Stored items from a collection
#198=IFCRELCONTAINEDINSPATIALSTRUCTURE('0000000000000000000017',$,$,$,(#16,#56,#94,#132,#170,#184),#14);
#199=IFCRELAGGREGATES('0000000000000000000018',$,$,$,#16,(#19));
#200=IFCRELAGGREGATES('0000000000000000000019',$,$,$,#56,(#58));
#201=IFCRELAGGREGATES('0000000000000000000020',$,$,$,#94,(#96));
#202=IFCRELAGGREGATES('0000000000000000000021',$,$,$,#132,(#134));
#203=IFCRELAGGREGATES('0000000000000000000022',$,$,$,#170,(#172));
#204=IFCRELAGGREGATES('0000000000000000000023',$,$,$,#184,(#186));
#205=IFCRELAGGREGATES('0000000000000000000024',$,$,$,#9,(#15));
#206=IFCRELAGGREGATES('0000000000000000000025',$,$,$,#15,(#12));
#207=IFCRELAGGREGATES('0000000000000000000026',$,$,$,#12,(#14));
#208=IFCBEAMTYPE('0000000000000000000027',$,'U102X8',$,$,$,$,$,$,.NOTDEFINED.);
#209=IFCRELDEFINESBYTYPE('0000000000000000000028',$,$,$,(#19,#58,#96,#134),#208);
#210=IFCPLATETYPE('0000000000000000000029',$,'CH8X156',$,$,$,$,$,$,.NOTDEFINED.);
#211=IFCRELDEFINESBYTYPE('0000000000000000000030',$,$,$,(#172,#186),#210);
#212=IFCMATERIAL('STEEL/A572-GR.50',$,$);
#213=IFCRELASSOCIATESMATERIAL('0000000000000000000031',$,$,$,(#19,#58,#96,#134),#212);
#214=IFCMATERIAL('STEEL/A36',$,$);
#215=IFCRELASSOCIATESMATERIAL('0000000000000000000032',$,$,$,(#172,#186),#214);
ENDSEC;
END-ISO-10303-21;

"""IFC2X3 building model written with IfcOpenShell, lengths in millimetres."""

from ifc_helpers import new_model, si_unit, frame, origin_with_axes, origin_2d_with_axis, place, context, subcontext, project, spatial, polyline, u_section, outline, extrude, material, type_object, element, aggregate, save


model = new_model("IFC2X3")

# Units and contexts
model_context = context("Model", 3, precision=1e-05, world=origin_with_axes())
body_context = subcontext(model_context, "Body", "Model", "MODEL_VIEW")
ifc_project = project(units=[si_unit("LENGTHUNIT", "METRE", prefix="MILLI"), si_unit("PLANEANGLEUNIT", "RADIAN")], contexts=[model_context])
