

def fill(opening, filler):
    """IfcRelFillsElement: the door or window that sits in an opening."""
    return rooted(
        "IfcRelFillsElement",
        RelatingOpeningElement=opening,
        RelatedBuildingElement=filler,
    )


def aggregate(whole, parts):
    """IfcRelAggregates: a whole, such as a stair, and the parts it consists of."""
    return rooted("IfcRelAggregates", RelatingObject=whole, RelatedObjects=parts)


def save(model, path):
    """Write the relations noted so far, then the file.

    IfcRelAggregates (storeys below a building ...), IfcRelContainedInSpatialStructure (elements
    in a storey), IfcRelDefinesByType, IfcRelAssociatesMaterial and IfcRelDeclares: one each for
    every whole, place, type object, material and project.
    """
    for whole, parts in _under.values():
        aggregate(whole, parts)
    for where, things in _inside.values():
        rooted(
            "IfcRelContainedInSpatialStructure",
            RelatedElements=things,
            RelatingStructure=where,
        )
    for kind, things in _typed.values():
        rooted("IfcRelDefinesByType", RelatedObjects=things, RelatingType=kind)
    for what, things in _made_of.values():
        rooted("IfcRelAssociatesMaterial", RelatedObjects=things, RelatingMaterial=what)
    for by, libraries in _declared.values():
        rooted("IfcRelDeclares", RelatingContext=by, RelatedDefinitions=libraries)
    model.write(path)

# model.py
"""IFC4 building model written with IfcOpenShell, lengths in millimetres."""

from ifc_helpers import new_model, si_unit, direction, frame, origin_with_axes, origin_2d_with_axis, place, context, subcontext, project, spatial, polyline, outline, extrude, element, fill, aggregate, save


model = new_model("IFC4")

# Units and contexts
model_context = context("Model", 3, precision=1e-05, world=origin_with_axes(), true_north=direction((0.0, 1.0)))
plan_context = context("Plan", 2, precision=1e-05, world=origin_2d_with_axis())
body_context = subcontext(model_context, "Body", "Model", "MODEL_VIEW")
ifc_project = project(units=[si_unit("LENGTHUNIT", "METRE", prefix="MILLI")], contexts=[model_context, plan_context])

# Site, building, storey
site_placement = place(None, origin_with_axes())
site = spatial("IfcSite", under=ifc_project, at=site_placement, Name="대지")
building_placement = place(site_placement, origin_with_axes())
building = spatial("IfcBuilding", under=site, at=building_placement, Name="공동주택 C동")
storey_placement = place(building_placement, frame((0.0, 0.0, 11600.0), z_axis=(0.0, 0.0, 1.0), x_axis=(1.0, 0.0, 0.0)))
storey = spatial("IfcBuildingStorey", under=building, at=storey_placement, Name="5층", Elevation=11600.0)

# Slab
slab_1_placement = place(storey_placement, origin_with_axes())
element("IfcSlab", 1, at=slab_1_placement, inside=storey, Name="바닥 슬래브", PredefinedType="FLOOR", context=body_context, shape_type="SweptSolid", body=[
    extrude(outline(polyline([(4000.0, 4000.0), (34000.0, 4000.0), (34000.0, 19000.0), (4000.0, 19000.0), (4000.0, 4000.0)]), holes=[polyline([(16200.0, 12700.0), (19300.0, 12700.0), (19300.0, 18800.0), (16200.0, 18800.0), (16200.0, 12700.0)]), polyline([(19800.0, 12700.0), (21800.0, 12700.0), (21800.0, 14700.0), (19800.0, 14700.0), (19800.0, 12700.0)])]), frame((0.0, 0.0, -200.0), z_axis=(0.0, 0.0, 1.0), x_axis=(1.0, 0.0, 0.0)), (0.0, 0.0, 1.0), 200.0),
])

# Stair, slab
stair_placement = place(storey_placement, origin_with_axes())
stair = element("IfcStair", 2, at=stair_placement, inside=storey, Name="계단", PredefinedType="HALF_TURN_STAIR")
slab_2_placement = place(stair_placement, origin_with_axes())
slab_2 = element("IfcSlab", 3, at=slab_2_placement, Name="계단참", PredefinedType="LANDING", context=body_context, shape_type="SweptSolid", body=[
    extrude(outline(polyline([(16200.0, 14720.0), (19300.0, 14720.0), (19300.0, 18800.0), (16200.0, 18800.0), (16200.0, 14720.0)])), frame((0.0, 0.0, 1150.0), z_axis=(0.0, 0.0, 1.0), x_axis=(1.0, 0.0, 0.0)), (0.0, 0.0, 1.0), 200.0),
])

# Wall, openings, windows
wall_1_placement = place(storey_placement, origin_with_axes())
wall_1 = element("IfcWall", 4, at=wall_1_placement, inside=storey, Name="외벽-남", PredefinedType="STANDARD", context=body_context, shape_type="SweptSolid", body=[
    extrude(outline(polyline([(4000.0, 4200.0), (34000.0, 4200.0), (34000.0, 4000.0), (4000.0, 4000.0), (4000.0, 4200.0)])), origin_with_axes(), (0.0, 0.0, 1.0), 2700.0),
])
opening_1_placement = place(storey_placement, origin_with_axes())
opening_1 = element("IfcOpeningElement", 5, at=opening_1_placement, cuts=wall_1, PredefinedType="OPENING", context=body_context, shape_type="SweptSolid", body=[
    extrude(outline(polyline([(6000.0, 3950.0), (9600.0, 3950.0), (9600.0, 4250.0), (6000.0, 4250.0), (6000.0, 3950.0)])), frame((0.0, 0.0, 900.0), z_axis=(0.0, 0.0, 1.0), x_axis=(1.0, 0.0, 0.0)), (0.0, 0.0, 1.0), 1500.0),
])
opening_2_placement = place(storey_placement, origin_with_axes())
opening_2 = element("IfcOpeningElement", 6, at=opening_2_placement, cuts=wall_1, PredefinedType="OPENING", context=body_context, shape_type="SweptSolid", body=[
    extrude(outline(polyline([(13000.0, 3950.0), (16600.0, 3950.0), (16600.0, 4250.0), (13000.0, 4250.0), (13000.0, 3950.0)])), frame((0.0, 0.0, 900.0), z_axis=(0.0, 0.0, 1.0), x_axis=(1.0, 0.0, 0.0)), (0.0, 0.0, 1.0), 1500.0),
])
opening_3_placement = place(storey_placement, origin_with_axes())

**Task brief:** Every line in the data that includes the word "LENGTHUNIT" should be counted, and only the resulting number given.

**Response to this task:** 2